ETL Testing¶
loom.etl.testing provides in-memory harnesses for testing ETLStep
subclasses without spinning up a real catalog or writing to Delta Lake.
Test a single step with Polars¶
PolarsStepRunner seeds source tables as plain Python tuples, runs one step,
and returns a StepResult for assertions.
from loom.etl.testing import PolarsStepRunner
def test_clean_orders():
runner = PolarsStepRunner()
runner.seed("raw.orders", [(1, 10.0), (2, -5.0)], ["id", "amount"])

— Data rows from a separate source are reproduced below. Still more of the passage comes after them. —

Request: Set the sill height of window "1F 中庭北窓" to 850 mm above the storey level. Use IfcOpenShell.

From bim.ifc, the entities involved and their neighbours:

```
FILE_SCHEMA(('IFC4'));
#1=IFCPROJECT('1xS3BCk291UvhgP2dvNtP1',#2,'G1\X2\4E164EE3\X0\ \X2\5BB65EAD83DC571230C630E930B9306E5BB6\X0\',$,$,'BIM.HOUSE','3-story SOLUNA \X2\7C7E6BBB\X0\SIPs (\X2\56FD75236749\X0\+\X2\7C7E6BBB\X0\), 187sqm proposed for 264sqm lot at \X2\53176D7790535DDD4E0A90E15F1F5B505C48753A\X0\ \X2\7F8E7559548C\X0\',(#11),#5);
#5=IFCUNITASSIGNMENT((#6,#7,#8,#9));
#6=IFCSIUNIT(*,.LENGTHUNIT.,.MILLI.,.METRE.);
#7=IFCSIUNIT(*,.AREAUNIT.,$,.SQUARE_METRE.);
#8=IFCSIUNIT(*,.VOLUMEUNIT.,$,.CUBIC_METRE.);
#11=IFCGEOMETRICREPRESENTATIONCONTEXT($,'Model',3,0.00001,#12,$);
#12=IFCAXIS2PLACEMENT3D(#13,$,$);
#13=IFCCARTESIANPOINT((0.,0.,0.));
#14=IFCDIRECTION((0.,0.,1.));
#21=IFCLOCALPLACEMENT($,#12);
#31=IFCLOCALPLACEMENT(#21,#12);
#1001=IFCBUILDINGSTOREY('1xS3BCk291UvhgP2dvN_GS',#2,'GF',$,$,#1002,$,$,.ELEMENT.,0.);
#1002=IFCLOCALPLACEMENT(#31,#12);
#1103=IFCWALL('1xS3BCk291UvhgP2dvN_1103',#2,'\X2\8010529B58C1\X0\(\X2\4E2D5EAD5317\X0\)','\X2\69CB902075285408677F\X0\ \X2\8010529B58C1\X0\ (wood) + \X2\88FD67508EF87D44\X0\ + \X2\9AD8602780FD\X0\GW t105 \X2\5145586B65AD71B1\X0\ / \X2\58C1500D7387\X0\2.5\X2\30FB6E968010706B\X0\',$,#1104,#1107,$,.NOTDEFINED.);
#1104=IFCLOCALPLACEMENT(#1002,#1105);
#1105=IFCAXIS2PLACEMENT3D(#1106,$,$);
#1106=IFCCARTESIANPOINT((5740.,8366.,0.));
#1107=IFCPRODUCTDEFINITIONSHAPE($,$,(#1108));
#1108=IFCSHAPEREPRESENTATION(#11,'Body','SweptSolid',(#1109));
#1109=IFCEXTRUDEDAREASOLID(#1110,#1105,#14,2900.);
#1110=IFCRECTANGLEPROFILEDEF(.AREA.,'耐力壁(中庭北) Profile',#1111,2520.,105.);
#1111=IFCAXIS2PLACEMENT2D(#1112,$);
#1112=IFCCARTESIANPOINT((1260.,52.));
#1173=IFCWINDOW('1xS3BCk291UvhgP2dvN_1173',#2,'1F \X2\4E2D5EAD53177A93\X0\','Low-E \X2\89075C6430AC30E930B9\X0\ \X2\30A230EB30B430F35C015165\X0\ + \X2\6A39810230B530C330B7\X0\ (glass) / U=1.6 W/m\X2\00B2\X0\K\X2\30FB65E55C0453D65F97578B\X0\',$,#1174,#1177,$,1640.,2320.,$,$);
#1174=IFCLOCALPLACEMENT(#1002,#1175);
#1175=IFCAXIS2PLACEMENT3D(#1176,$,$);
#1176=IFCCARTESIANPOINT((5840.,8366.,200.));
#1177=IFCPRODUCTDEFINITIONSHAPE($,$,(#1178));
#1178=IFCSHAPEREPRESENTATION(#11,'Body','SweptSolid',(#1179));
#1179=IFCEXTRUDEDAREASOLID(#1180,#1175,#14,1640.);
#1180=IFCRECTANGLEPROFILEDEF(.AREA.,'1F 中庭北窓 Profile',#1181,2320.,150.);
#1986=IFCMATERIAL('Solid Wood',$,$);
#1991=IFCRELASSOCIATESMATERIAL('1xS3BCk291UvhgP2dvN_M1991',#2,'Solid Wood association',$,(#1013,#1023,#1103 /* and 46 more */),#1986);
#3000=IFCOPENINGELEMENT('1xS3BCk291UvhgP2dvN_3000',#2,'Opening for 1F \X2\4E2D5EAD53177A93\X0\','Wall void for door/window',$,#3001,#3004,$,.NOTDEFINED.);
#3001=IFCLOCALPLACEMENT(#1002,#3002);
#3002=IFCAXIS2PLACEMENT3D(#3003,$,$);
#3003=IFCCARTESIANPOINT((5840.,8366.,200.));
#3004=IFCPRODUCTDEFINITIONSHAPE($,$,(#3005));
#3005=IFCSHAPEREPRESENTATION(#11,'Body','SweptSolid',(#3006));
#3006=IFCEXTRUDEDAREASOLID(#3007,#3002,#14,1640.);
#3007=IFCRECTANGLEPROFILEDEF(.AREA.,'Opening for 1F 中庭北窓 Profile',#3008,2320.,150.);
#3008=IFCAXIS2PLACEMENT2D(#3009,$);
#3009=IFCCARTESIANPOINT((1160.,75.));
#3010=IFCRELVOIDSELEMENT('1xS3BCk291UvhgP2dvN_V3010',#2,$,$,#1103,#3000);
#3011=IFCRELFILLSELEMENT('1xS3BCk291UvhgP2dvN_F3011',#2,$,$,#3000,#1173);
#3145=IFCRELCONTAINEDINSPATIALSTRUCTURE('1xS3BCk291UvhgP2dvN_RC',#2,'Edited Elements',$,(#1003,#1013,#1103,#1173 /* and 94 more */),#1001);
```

```python
import numpy as np
import ifcopenshell
import ifcopenshell.api.geometry
import ifcopenshell.geom
import ifcopenshell.util.element
import ifcopenshell.util.placement
import ifcopenshell.util.shape
import ifcopenshell.util.unit

model = ifcopenshell.open("bim.ifc")
unit_scale = ifcopenshell.util.unit.calculate_unit_scale(model)

window = model.by_guid("1xS3BCk291UvhgP2dvN_1173")
opening = window.FillsVoids[0].RelatingOpeningElement
storey = ifcopenshell.util.element.get_container(window, ifc_class="IfcBuildingStorey")
level = ifcopenshell.util.placement.get_local_placement(storey.ObjectPlacement)[2, 3]

# The opening's origin need not be at the sill, so measure its lowest point.
shape = ifcopenshell.geom.create_shape(ifcopenshell.geom.settings(), opening)
bottom = ifcopenshell.util.shape.get_shape_bottom_elevation(shape, shape.geometry) / unit_scale
dz = level + 850.0 - bottom

shift = np.array([0.0, 0.0, dz])
# The window is not placed relative to its opening, so move both.
for product in (opening, window):
    matrix = ifcopenshell.util.placement.get_local_placement(product.ObjectPlacement)
    matrix[:3, 3] += shift
    ifcopenshell.api.geometry.edit_object_placement(model, product=product, matrix=matrix, is_si=False)

print(f"moved by {dz * unit_scale:+.3f} m")

model.write("bim_v2.ifc")
```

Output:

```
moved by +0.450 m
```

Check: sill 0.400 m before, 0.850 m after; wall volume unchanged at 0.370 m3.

result = runner.run(CleanOrdersStep, NoParams())
result.assert_count(1)
result.assert_schema({"id": "Int64", "amount": "Float64"})
StepResult methods: assert_schema, assert_count, assert_not_empty,
show, to_polars.
Reusable seed datasets with ETLScenario¶
ETLScenario stores seed data as plain tuples so the same dataset can be used
with any backend runner.
from loom.etl.testing import ETLScenario
ORDERS = (
ETLScenario()
.with_table("raw.orders", [(1, 10.0), (2, 20.0)], ["id", "amount"])
)
def test_double_amount(loom_polars_runner):
ORDERS.apply(loom_polars_runner)
result = loom_polars_runner.run(DoubleAmountStep, NoParams())
result.assert_count(2)
Pytest fixtures auto-registered: loom_polars_runner, loom_spark_runner.
Spark integration tests¶
Use SparkTestSession for a real PySpark + Delta session:
from loom.etl.testing.spark import SparkTestSession
with SparkTestSession.start() as spark:
runner = SparkStepRunner(spark)
runner.seed("raw.orders", [(1, 10.0)], ["id", "amount"])
result = runner.run(CleanOrdersStep, NoParams())
result.assert_count(1)
Compile-time stubs¶
StubCatalog— in-memory catalog.StubSourceReader/StubTargetWriter— in-memory I/O.StubRunObserver— records pipeline lifecycle events.